Sadly, they often succeed in goading bosses into punishing or even firing these workers: two well-known examples are last year's firing of Jessica Price and Peter Fries from ArenaNet and the dismissal of Alison Rapp from Nintendo in 2016. Look a little closer and you'll discover these aren't isolated cases: in private conversation, in whisper networks, incidents like these are all too common.

Giving in to demands from angry, reactionary gamers is a convenient excuse for bosses to get rid of "troublesome" workers — like, say, someone speaking out about sexism and racism in their workplace. Many game industry bosses see their priorities as being more in line with the harassers than with the people who work for them. (THQ Nordic recently reminded us of this by choosing to do a marketing Q&A on 8chan, a website known for harboring Nazis, enabling the spread of child porn, and playing a leading role in massive hate campaigns targeted against marginalized game workers.)

Poison

In these situations, management will often pretend to have the best interests of workers in mind even as they systematically yield to the slightest strain and validate gamer entitlement. This can lead to bosses implementing new ways of controlling, suppressing, and disciplining their workers, all under the guise of "protecting them" from such harassment. (Protecting from what? Getting fired for standing up to harassment? Some protection racket that is!) After ArenaNet president Mike O'Brien fired developers Price and Fries at the demand of an online mob — for committing the egregious offence of pushing back against the misogyny women game designers face in the industry — many employers jumped on the occasion to introduce new social media policies restricting what their employees are allowed to express online outside of working hours. These policies effectively make workers responsible for being a 24/7 brand ambassador on top of their regular job — and for no additional compensation, to boot. (What a bargain!)

In her article from October on the topic, "Worse than Scabs: Gamer Rage as Anti-Union Violence", Lana Polansky writes :

"As long as gamers direct their grievances at individual workers, videogame companies understand that they can use that dynamic to shield themselves from community criticism while using it as leverage in internal conflicts with employees. This has, for a long time, represented a win-win for companies, ensuring not just the PR victory with their fans, but also a deeply suppressed and compliant workforce, and an opaque shroud over the industry's internal workings. That shroud, however, seems to be starting to clear."

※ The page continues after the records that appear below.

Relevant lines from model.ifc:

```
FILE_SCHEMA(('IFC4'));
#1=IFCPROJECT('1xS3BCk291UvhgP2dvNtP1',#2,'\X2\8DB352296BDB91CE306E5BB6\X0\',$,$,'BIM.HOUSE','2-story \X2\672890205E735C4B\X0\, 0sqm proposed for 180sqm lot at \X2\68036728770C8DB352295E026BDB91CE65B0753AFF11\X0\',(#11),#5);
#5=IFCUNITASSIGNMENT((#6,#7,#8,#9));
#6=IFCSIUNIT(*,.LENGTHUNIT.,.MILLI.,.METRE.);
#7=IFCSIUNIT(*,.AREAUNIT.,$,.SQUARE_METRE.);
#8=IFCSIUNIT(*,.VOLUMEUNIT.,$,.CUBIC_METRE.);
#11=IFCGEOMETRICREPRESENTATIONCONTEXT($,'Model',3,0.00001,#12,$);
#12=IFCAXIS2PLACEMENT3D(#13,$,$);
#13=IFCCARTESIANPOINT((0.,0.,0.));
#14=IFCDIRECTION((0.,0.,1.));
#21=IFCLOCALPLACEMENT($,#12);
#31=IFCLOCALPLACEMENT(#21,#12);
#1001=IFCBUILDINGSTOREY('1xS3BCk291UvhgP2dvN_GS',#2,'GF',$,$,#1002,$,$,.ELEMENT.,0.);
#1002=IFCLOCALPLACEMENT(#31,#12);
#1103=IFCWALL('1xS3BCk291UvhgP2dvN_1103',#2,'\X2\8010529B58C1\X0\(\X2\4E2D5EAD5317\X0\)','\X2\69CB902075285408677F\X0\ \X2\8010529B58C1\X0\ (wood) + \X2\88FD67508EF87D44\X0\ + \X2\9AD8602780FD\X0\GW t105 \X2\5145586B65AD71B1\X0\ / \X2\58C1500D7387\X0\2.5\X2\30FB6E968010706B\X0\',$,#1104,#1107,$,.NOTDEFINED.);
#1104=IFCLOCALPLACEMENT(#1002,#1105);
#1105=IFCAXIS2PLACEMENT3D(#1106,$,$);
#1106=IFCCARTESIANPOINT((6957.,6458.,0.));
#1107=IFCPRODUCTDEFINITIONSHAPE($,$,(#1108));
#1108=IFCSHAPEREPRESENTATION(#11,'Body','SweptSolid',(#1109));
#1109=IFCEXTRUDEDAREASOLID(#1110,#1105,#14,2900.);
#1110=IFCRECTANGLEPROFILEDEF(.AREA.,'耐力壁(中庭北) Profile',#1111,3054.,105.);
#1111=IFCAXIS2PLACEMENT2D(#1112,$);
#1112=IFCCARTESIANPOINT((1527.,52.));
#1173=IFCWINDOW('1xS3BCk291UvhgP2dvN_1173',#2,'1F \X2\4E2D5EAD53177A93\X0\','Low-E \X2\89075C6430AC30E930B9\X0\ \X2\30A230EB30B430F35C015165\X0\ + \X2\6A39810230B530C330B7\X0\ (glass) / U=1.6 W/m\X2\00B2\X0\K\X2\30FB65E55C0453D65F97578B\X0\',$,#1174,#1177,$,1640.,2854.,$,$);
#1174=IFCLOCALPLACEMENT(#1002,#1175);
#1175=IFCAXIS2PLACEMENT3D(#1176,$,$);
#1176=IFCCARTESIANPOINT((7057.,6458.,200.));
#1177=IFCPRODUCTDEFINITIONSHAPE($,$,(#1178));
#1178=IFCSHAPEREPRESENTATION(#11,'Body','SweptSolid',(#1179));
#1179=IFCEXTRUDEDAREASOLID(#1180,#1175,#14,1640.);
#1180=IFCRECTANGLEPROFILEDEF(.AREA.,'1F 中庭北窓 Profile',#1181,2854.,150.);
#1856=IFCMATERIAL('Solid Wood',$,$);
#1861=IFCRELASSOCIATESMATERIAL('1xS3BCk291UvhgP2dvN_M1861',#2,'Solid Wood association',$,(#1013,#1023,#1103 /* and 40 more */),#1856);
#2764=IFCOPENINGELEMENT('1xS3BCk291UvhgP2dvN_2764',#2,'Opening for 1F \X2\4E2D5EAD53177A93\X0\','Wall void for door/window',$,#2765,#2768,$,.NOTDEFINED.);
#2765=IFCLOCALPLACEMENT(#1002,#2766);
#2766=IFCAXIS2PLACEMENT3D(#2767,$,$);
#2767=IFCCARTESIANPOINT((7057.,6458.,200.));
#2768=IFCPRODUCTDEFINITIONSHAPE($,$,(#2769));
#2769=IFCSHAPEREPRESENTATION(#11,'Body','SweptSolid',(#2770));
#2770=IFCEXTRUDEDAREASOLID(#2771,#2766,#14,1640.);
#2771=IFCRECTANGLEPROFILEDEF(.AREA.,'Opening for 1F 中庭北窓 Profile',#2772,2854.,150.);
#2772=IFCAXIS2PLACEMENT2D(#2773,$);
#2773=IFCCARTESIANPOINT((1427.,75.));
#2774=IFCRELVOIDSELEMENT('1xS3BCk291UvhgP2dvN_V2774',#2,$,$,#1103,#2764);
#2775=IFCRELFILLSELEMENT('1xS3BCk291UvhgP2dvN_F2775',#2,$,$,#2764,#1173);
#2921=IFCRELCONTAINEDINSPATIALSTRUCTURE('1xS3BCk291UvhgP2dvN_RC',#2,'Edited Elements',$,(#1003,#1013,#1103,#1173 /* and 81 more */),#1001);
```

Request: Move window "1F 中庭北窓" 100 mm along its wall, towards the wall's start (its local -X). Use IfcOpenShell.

```python
import ifcopenshell
import ifcopenshell.api.geometry
import ifcopenshell.util.placement
import ifcopenshell.util.unit

model = ifcopenshell.open("model.ifc")
unit_scale = ifcopenshell.util.unit.calculate_unit_scale(model)

window = model.by_id(1173)
opening = window.FillsVoids[0].RelatingOpeningElement
wall = opening.VoidsElements[0].RelatingBuildingElement

wall_matrix = ifcopenshell.util.placement.get_local_placement(wall.ObjectPlacement)
shift = wall_matrix[:3, 0] * -0.1 / unit_scale
before = ifcopenshell.util.placement.get_local_placement(window.ObjectPlacement)[:3, 3].copy()

# The window is not placed relative to its opening, so move both.
for product in (opening, window):
    matrix = ifcopenshell.util.placement.get_local_placement(product.ObjectPlacement)
    matrix[:3, 3] += shift
    ifcopenshell.api.geometry.edit_object_placement(model, product=product, matrix=matrix, is_si=False)

after = ifcopenshell.util.placement.get_local_placement(window.ObjectPlacement)[:3, 3]
print("window moved by", (after - before).round(3) + 0.0)

model.write("model_updated.ifc")
```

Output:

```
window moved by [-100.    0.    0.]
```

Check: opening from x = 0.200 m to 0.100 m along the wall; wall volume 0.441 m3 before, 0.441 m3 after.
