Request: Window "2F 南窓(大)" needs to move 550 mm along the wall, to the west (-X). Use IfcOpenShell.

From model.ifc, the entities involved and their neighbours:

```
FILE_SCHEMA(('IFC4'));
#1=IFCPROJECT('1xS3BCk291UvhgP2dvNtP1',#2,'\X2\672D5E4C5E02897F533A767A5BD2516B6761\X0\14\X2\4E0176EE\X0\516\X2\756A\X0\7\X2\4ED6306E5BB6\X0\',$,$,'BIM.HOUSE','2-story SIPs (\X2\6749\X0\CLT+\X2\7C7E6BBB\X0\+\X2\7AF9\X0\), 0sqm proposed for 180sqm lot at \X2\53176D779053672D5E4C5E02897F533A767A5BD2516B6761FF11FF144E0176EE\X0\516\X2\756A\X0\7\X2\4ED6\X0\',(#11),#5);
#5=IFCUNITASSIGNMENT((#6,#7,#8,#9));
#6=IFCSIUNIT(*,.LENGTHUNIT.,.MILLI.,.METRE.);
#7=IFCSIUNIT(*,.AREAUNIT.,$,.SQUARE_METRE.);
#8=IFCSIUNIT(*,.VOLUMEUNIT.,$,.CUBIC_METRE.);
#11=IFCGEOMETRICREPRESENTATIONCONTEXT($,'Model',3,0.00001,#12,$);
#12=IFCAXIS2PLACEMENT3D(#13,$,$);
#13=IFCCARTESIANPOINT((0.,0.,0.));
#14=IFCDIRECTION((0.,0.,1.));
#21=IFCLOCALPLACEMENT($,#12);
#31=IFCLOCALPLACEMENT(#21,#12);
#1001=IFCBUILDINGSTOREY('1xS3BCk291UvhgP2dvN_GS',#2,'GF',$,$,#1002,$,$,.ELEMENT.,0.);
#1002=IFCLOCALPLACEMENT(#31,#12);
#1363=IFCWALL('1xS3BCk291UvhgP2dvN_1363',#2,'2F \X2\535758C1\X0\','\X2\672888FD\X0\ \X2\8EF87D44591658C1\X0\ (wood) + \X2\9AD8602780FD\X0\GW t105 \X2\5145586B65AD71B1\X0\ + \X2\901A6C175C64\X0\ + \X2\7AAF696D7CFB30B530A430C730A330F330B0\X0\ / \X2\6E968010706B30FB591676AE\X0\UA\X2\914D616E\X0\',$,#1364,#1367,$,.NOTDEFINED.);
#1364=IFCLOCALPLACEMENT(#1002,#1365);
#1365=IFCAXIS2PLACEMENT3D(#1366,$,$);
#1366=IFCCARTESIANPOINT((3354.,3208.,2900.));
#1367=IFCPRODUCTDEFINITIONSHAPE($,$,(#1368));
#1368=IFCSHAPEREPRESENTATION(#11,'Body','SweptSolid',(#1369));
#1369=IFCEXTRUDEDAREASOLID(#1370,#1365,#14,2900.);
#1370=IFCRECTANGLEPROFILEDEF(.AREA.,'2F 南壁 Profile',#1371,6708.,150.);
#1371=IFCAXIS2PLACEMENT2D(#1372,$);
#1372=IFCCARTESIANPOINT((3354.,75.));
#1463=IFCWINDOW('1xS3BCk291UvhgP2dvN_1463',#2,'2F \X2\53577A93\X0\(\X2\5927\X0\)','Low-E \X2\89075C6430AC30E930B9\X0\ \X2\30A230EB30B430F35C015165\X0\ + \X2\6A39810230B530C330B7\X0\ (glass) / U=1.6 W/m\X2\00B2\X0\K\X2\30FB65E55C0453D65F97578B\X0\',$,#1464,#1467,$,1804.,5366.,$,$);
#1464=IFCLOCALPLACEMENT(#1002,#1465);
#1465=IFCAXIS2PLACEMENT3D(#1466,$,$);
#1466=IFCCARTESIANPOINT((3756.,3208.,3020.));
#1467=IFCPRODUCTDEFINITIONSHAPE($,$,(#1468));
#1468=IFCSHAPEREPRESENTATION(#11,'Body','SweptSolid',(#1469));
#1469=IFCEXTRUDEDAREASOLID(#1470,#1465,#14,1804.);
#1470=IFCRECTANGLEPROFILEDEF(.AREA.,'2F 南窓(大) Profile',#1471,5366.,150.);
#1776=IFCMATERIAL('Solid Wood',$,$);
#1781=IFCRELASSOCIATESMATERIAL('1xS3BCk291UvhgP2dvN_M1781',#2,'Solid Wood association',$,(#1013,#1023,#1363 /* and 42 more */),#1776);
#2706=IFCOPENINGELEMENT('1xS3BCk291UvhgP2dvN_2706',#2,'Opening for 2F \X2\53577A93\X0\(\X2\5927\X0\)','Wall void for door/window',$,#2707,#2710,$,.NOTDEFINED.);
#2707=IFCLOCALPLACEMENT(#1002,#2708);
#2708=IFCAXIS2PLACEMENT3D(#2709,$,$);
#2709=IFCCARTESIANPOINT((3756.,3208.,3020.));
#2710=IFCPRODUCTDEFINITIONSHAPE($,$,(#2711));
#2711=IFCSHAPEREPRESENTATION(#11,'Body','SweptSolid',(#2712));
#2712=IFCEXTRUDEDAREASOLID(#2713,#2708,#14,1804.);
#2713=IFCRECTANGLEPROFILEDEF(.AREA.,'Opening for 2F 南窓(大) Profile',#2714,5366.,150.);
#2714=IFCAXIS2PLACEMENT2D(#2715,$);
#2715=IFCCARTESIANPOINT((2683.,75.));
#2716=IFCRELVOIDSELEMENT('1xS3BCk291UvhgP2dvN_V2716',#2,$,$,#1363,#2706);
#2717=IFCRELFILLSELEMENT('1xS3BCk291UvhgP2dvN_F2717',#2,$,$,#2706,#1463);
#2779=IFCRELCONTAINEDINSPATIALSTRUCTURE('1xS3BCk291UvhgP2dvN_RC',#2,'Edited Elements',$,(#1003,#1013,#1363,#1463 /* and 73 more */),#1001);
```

```python
import ifcopenshell
import ifcopenshell.api.geometry
import ifcopenshell.util.placement

model = ifcopenshell.open("model.ifc")

window = model.by_guid("1xS3BCk291UvhgP2dvN_1463")
opening = window.FillsVoids[0].RelatingOpeningElement
wall = opening.VoidsElements[0].RelatingBuildingElement

wall_matrix = ifcopenshell.util.placement.get_local_placement(wall.ObjectPlacement)
shift = wall_matrix[:3, 0] * -550.0
before = ifcopenshell.util.placement.get_local_placement(window.ObjectPlacement)[:3, 3].copy()

# The window is not placed relative to its opening, so move both.
for product in (opening, window):
    matrix = ifcopenshell.util.placement.get_local_placement(product.ObjectPlacement)
    matrix[:3, 3] += shift
    ifcopenshell.api.geometry.edit_object_placement(model, product=product, matrix=matrix, is_si=False)

after = ifcopenshell.util.placement.get_local_placement(window.ObjectPlacement)[:3, 3]
print("window moved by", (after - before).round(3) + 0.0)

model.write("model_rev.ifc")
```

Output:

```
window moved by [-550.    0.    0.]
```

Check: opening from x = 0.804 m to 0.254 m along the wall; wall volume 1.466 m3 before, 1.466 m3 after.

This tactic was deployed in 2016 when studio owners at Activision, EA, Disney, Warner Bros, Take-Two, and others launched a website and video explicitly targeting a gamer audience that demonized the SAG-AFTRA voice actors' union. At the time, union members were demanding, among other things, better safety standards for voice strain and risks associated with stunt coordination (for motion capture), an improved structure for bonus payments, better transparency, and employment mobility. In a blatant effort to direct fan rage at the workers, bosses argued that these demands would somehow lead to worse games for consumers.

Gamecube

Executives ultimately answer to shareholders and investors, and thus to the profit motive. They'll give in to the cry of a vocal, angry minority of perceived fans even if the consequence in the long-term is a worse game. We can't rely on them to have our backs on this front: we need to have each other's. The best way to resist harassment — and the summary, mob-driven firings that so often seem to follow — is by organizing. And if gamers really want to see better games, they should focus their attention on the bosses and the conditions employees are forced to work under, not on individual vulnerable employees that are easily scapegoated. But for this to mean anything, the conversation also needs to go beyond a simplistic call to "vote with your dollars" and to buy more from the "good companies" and less from the bad ones. Player support for unionization will go much farther towards crafting a better industry.